Y, aun así, de vez en cuando la muerte consigue volver a estremecernos e indignarnos, arrebatándonos de nuestra indiferencia por unos segundos. En las últimas semanas, dos de estas imágenes han provocado un sinfín de polémicas. Apenas extraña que algunos prefieran no mirarlas y que otros, en teoría perturbados por sus efectos, exijan que no se difundan y no sean contempladas, demasiado conscientes de la obscenidad de la que hablaba al principio, pero sin darse cuenta de que sólo ellas podrían trastocar las condiciones que las provocaron.
En el primer caso, un periodista negro, quien supuestamente habría sido discriminado por sus compañeros de trabajo, no sólo asesinó a dos de sus antiguos colegas, sino que, llevando al extremo su vocación de reportero, se atrevió a filmar los homicidios y subir su hazaña a YouTube, ese inagotable receptáculo de nuestro exhibicionismo. Hay quien se empeña en decir que se trató del acto de un demente y que no habría que extraer otras conclusiones de su caso. Pero, como siempre ocurre con las imágenes, y en particular con las imágenes de muerte, lo que no se ve es acaso lo más relevante y lo más terrible.
En una nuez, el video de los asesinatos muestra, exacerbada, el ansia contemporánea por filmarlo y documentarlo todo, por "inmortalizar" cada instante más que por vivirlo, así como la obsesión por alcanzar uno o dos minutos de fama -en este caso muchos más- propia de nuestra segunda sociedad del espectáculo, en el que el espectáculo somos nosotros mismos. Resulta imposible no atender al componente racial del caso: el negro que asesina a dos blancos, en teoría para vengarse de agravios tanto personales como comunitarios -los recientes homicidios de Charleston-, deviene así un extraño microcosmos en el que, si bien los papeles tradicionales se invierten, volvemos a enfrentarnos a la cuestión de las armas de fuego en Estados Unidos y a una discriminación que no cesa.

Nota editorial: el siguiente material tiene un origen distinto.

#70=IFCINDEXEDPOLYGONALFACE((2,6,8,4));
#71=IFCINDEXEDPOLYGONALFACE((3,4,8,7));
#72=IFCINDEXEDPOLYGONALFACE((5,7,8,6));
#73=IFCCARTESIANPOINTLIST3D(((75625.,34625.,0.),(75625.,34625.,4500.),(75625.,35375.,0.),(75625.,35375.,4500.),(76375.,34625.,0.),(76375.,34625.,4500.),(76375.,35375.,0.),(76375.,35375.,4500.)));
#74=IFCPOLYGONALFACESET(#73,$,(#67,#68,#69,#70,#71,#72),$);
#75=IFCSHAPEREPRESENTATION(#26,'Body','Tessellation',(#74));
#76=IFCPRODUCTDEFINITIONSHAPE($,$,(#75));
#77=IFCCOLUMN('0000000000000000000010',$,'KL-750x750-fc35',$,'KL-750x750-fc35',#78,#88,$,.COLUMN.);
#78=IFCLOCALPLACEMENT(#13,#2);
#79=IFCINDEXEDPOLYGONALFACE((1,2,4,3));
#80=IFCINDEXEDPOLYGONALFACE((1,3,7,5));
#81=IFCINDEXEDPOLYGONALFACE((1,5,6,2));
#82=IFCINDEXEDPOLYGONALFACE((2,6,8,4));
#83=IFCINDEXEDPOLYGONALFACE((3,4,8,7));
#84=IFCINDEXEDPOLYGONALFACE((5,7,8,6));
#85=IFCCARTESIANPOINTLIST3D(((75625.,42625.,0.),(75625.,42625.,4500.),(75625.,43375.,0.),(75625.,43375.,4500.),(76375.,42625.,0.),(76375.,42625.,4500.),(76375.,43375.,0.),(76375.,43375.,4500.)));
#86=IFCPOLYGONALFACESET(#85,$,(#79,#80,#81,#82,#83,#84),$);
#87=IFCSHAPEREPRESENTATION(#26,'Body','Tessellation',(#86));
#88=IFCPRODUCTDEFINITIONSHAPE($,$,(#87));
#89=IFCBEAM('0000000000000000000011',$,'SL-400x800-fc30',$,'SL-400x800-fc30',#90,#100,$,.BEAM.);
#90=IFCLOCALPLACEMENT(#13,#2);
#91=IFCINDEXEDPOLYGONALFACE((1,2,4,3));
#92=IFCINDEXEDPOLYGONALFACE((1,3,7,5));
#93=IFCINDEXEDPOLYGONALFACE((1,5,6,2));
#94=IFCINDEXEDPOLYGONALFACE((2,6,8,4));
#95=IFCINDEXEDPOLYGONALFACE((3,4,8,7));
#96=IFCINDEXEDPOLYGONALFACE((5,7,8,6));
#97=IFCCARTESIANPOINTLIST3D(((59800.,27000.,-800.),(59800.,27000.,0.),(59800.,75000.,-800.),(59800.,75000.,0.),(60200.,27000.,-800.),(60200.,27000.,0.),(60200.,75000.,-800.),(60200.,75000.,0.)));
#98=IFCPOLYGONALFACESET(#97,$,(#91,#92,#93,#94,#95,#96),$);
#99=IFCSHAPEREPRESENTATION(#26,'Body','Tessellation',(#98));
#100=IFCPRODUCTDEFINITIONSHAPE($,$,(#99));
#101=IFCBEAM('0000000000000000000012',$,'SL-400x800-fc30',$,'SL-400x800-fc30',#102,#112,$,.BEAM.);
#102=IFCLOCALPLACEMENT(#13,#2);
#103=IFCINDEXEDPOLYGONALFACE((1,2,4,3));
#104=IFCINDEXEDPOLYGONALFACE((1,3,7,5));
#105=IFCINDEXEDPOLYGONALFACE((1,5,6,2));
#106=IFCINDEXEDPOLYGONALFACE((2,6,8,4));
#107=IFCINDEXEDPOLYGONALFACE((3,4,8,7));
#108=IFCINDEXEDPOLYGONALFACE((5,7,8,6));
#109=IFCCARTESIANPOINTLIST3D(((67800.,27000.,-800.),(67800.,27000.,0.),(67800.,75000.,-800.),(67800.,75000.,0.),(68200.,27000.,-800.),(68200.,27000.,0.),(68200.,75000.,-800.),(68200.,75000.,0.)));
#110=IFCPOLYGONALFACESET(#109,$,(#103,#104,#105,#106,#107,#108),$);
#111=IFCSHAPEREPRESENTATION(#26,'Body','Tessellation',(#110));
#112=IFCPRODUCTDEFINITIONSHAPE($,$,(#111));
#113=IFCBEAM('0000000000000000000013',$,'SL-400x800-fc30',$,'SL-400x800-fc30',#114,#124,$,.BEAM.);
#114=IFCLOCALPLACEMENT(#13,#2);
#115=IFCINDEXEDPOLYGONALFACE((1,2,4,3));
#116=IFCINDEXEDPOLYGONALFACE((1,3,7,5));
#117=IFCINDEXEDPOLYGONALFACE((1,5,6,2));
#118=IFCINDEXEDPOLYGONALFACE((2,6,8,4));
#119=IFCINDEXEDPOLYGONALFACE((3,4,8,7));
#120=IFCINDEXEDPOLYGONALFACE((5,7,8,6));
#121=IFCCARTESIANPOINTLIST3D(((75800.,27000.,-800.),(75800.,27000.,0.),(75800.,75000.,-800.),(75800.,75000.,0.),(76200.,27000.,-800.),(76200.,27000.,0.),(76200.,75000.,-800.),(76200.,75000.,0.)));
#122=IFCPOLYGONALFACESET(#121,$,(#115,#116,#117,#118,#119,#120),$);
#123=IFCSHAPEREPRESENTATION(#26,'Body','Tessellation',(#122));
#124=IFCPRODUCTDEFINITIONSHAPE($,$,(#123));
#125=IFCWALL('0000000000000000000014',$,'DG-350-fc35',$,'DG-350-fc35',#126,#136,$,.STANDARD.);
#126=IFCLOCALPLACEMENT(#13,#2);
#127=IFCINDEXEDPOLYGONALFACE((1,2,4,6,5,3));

La otra imagen resulta aún más intolerable: un niño sirio ahogado en una playa turca cuando intentaba cruzar con sus padres hacia Grecia. De nuevo, algunos han exigido que la imagen no sea publicada y compartida, que no sea vista. Y otra vez, a mi parecer, se equivocan: nada prueba que una sola imagen pueda modificar la realidad, pero al menos durante los veinte o treinta segundos en que los políticos estarán obligados a verla -así como los votantes del sinfín de partidos xenófobos y racistas que proliferan en Europa- puede haber un mínimo atisbo de empatía capaz de convencerlos de que sus políticas son lamentables e inhumanas. Hay veces, sí, en que estamos obligados a mirar a los muertos.